Aside from all the satellites, and the space station orbiting the Earth, there's a lot of trash circling the planet too.
Twenty-one thousand baseball-sized chunks of debris, according to NASA.
But that number's dwarfed by the number of small particles.
There's hundreds of millions of those.
"And those smaller particles tend to be going fast.
So you think of picking up a grain of sand at the beach, and that would be on the large side.
But they're going 60 kilometers per second."
Sigrid Close, an applied physicist and astronautical engineer at Stanford University.
Close says that whereas mechanical damage-like punctures-is the worry with the bigger chunks, the dust-sized stuff might leave more insidious, invisible marks on satellites-by causing electrical damage.
"We also think this phenomenon can be attributed to some of the failures and anomalies we see on orbit, that right now are basically tagged as 'unknown cause.'"
Close and her colleague Alex Fletcher modeled this phenomenon mathematically, based on plasma physics behavior.
And here's what they think happens.
First, the dust slams into the spacecraft. Incredibly fast.

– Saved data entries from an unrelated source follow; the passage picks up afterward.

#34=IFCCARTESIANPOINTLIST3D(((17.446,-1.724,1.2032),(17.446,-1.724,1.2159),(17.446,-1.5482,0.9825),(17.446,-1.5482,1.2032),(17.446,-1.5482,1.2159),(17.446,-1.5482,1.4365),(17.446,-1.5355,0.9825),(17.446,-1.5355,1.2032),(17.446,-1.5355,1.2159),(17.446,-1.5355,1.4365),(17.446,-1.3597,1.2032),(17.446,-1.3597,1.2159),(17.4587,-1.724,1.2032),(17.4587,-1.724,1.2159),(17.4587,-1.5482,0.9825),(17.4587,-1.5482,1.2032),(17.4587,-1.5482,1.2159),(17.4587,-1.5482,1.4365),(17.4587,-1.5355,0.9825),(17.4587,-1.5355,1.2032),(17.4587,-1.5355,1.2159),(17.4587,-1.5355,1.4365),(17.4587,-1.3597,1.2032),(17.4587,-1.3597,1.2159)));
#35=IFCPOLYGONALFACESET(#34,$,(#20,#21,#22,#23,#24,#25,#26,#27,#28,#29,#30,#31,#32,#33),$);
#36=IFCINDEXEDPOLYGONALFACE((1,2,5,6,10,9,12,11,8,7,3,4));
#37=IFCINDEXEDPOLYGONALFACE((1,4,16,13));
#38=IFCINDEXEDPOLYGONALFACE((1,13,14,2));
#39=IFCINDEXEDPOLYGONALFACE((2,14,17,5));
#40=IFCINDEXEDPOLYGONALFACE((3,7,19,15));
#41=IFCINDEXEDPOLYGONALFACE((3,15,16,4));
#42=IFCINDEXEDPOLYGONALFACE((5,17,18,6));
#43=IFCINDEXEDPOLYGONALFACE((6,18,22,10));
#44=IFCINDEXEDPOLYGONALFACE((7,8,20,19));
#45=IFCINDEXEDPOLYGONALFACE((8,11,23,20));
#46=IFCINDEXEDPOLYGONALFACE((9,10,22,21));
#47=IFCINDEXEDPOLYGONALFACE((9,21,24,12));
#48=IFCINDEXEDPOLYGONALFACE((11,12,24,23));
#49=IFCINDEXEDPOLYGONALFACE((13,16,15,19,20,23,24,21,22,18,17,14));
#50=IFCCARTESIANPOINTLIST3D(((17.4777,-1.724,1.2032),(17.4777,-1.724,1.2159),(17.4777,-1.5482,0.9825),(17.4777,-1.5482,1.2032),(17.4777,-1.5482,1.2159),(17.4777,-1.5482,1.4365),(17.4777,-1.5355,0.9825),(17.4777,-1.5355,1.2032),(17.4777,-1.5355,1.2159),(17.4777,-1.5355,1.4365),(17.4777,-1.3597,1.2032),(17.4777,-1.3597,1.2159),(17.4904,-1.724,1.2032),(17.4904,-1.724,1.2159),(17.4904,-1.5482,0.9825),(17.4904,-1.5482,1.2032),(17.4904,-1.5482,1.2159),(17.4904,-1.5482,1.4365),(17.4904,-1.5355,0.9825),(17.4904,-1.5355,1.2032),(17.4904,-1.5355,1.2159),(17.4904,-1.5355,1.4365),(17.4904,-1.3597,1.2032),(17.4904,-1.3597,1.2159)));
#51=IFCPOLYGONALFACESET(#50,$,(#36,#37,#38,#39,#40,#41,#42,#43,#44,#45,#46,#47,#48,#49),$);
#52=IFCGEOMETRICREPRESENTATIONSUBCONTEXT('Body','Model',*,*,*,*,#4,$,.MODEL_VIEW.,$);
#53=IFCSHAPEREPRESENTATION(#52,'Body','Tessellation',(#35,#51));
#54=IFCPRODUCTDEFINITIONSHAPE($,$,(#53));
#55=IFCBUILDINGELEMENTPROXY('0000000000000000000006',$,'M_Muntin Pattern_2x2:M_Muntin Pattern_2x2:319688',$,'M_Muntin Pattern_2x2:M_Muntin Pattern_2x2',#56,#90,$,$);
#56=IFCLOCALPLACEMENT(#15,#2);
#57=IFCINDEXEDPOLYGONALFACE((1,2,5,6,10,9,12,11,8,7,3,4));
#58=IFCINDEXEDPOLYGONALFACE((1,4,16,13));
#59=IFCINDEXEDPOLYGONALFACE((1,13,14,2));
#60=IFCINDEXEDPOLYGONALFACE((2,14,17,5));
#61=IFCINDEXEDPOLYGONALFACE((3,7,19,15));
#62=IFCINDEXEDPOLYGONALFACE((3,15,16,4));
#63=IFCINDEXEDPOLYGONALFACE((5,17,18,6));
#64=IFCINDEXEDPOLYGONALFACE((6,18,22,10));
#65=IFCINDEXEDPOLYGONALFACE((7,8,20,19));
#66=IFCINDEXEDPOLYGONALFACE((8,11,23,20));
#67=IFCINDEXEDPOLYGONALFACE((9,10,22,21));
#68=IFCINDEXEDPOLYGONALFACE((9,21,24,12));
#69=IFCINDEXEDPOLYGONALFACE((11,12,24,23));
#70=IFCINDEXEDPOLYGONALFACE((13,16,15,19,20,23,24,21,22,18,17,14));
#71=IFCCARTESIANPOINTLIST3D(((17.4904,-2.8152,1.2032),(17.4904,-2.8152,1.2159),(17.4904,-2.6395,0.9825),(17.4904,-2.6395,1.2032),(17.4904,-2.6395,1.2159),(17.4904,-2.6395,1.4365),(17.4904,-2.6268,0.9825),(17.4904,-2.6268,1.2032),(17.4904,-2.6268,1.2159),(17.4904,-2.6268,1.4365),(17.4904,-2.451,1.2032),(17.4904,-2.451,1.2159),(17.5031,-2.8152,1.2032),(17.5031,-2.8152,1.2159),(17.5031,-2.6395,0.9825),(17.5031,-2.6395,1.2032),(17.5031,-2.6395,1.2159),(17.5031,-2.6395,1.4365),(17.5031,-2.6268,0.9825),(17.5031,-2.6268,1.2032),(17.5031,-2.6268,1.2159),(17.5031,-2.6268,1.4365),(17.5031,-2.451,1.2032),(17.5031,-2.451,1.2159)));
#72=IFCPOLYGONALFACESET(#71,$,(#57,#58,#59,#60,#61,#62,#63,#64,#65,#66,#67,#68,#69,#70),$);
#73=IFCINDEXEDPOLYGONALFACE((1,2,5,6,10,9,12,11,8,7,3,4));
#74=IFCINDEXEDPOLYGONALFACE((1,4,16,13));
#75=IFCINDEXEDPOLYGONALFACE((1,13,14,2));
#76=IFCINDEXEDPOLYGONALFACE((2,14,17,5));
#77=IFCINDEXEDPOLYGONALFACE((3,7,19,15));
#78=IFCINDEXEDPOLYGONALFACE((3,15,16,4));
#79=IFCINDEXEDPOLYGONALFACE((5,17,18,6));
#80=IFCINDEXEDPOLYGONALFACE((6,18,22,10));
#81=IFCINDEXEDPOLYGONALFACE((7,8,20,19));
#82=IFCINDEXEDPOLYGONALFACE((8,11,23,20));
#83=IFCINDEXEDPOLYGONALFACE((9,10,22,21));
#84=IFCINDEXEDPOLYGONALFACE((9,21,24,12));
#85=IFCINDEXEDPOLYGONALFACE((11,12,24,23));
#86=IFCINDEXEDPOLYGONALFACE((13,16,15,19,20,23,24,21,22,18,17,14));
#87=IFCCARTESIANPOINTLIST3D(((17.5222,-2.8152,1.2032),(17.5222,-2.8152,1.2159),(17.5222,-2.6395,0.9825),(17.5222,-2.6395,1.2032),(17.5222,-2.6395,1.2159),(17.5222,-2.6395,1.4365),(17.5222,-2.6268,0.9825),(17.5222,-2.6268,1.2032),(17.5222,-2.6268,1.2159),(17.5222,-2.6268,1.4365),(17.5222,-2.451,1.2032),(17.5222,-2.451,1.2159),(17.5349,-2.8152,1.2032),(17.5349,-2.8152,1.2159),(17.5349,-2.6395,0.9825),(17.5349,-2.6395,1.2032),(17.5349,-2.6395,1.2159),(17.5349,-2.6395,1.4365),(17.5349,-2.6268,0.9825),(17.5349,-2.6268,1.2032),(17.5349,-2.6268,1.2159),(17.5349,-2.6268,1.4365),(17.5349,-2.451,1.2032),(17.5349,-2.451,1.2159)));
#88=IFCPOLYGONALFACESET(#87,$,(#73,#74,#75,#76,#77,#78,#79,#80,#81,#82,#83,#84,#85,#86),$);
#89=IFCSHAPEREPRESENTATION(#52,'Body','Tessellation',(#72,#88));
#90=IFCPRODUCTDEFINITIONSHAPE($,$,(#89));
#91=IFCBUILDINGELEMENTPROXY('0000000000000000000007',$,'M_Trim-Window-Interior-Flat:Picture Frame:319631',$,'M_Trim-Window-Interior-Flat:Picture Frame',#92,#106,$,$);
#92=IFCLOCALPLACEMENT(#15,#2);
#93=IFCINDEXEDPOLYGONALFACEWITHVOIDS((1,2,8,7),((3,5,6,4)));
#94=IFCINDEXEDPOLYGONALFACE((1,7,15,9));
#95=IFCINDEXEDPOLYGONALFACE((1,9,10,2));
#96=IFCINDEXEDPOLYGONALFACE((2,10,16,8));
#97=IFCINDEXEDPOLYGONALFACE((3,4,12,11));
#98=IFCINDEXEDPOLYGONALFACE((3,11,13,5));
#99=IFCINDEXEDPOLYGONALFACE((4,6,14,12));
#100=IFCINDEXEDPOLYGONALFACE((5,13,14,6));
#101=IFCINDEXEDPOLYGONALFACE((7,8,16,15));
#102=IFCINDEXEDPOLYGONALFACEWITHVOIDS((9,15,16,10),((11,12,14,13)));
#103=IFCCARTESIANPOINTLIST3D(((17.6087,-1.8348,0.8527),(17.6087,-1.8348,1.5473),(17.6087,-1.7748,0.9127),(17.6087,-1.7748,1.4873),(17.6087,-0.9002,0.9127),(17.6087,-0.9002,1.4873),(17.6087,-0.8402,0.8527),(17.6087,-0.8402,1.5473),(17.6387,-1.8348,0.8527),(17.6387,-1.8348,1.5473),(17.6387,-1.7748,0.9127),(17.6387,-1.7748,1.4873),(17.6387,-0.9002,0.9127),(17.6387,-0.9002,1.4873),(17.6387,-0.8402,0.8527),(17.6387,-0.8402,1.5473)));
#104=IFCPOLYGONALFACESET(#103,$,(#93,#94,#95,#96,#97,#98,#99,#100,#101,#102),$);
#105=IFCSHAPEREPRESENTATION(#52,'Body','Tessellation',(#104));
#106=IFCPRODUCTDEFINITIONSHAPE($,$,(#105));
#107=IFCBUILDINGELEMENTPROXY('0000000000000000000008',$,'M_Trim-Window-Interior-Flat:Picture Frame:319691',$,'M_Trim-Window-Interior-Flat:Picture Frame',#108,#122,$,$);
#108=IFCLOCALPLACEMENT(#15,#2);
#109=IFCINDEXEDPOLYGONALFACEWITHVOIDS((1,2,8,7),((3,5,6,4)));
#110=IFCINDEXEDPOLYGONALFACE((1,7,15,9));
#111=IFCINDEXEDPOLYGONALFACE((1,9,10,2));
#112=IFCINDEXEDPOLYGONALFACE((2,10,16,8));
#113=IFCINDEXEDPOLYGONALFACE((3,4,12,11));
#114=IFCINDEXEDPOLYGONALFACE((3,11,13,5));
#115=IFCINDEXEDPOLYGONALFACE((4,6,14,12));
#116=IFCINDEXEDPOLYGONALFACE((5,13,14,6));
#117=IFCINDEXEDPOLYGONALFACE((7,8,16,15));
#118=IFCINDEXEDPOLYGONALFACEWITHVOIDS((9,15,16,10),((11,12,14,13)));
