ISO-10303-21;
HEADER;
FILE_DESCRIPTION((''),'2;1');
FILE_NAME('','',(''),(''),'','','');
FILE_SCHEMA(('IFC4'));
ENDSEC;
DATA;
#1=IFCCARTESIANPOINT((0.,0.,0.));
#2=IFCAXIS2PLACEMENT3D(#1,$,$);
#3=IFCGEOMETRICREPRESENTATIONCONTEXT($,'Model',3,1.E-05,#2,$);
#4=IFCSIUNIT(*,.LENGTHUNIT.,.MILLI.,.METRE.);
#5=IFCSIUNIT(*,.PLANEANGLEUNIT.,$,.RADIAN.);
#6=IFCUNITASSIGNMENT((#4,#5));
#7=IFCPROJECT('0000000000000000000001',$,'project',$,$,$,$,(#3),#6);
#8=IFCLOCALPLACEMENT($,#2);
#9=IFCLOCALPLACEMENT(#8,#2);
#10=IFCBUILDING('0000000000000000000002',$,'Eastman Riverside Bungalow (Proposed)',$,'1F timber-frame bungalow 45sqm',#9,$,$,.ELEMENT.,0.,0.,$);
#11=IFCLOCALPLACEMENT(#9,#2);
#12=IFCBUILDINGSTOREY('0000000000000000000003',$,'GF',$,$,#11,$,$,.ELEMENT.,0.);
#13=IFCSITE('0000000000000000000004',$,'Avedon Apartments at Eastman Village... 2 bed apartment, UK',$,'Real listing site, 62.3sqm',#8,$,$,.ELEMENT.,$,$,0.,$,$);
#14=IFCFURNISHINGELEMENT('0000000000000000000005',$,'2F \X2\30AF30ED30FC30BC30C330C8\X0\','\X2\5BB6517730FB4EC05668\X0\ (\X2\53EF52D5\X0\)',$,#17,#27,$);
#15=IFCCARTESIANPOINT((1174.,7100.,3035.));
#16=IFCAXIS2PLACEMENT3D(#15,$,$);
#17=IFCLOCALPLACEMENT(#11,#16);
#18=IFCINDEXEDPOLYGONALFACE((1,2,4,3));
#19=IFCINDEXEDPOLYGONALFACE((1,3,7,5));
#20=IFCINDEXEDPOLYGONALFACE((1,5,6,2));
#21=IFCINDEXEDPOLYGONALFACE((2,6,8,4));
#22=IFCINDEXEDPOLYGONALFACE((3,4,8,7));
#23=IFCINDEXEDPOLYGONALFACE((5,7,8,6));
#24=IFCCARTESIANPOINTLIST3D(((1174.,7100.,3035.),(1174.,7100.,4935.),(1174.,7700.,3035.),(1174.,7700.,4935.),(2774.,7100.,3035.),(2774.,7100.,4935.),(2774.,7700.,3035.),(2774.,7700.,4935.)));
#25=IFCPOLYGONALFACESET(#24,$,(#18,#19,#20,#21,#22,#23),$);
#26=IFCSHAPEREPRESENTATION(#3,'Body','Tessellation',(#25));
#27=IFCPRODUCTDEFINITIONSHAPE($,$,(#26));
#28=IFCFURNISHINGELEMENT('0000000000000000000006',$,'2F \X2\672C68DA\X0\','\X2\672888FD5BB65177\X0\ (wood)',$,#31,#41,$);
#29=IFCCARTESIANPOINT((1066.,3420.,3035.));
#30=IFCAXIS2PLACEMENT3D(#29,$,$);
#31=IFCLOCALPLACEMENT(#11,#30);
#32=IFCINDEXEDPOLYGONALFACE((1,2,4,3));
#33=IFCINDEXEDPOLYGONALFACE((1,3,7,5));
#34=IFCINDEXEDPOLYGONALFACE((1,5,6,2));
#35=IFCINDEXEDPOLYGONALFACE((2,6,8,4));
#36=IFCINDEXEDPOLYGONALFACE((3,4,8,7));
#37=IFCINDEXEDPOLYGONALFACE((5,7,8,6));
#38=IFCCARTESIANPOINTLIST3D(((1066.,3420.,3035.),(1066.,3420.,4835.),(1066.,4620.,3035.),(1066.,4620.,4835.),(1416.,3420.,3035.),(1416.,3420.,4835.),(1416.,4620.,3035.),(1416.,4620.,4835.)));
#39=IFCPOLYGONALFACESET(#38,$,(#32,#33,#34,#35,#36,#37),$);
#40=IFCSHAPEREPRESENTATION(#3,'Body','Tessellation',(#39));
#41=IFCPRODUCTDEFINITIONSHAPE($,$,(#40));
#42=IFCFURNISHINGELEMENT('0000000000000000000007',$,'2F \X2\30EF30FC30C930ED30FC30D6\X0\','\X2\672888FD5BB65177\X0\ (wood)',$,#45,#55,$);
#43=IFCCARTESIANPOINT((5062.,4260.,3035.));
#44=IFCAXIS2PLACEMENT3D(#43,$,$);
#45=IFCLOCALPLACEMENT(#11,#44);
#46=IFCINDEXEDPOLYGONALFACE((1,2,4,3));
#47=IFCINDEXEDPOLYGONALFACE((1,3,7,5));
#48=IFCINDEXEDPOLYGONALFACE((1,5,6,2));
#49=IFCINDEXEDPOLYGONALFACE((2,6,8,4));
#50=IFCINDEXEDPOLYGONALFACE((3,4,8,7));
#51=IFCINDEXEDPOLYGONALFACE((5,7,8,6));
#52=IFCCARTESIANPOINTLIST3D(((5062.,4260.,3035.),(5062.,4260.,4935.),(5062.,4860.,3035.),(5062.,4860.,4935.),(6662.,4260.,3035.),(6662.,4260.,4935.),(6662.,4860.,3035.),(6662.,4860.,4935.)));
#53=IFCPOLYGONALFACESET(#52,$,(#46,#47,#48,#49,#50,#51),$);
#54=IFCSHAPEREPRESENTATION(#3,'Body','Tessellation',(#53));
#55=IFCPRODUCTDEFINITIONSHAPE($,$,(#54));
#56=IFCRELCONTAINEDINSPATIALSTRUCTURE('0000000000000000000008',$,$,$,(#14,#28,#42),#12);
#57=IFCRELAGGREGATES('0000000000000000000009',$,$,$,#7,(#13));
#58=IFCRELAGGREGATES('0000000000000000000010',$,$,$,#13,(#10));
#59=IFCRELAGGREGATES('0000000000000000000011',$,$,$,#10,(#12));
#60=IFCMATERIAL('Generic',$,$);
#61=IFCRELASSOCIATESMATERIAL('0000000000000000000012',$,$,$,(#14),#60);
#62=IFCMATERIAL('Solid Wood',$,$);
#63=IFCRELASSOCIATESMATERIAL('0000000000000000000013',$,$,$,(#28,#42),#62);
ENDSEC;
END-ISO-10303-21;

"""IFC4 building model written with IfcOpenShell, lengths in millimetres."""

from ifc_helpers import new_model, si_unit, frame, frame_2d, origin, place, context, project, spatial, rectangle, extrude, material, element, save


model = new_model("IFC4")

# Units and contexts
model_context = context("Model", 3, precision=1e-05, world=origin())
ifc_project = project(units=[si_unit("LENGTHUNIT", "METRE", prefix="MILLI"), si_unit("PLANEANGLEUNIT", "RADIAN")], contexts=[model_context])

# Site, building, storey
site_placement = place(None, origin())
site = spatial("IfcSite", under=ifc_project, at=site_placement, Name="Avedon Apartments at Eastman Village... 2 bed apartment, UK", ObjectType="Real listing site, 62.3sqm", CompositionType="ELEMENT", RefElevation=0.0)
building_placement = place(site_placement, origin())
building = spatial("IfcBuilding", under=site, at=building_placement, Name="Eastman Riverside Bungalow (Proposed)", ObjectType="1F timber-frame bungalow 45sqm", CompositionType="ELEMENT", ElevationOfRefHeight=0.0, ElevationOfTerrain=0.0)
storey_placement = place(building_placement, origin())
storey = spatial("IfcBuildingStorey", under=building, at=storey_placement, Name="GF", CompositionType="ELEMENT", Elevation=0.0)

# Shared definitions
ifc_material_1 = material(Name="Solid Wood")

# Shared definitions
ifc_material_2 = material(Name="Generic")

# Furnishing elements
furnishing_1_placement = place(storey_placement, frame((1174.0, 7100.0, 3035.0)))
element("IfcFurnishingElement", 1, at=furnishing_1_placement, inside=storey, material=ifc_material_2, Name="2F クローゼット", Description="家具・什器 (可動)", context=model_context, shape_type="SweptSolid", body=[
    extrude(rectangle(XDim=1600.0, YDim=600.0, at=frame_2d((800.0, 300.0))), frame((1174.0, 7100.0, 3035.0)), (0.0, 0.0, 1.0), 1900.0),
])
furnishing_2_placement = place(storey_placement, frame((1066.0, 3420.0, 3035.0)))
element("IfcFurnishingElement", 2, at=furnishing_2_placement, inside=storey, material=ifc_material_1, Name="2F 本棚", Description="木製家具 (wood)", context=model_context, shape_type="SweptSolid", body=[
    extrude(rectangle(XDim=350.0, YDim=1200.0, at=frame_2d((175.0, 600.0))), frame((1066.0, 3420.0, 3035.0)), (0.0, 0.0, 1.0), 1800.0),
])
furnishing_3_placement = place(storey_placement, frame((5062.0, 4260.0, 3035.0)))
element("IfcFurnishingElement", 3, at=furnishing_3_placement, inside=storey, material=ifc_material_1, Name="2F ワードローブ", Description="木製家具 (wood)", context=model_context, shape_type="SweptSolid", body=[
    extrude(rectangle(XDim=1600.0, YDim=600.0, at=frame_2d((800.0, 300.0))), frame((5062.0, 4260.0, 3035.0)), (0.0, 0.0, 1.0), 1900.0),
])

save(model, "model.ifc")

It vaporizes and ionizes a bit of the ship-and itself.
Which generates a cloud of ions and electrons, traveling at different speeds.
And then: "It's like a spring action, the electrons are pulled back to the ions, ions are being pushed ahead a little bit.
And then the electrons overshoot the ions, so they oscillate, and then they go back out again."
That movement of electrons creates a pulse of electromagnetic radiation, which Close says could be the culprit for some of that electrical damage to satellites.
The study is in the journal Physics of Plasmas.
The implications of these small particles on future spaceflight is huge.
"One of my dreams is interstellar travel.
So I love Star Trek, I grew up hoping I could build something to get outside our solar system, and I feel like this is just one of the many things we have to worry about.
I think the space environment as a whole is still something we need to tackle."
Before it tackles any astronauts a long way from home.
Thanks for listening, for Scientific American 60-Second Science. I'm Christopher Intagliata.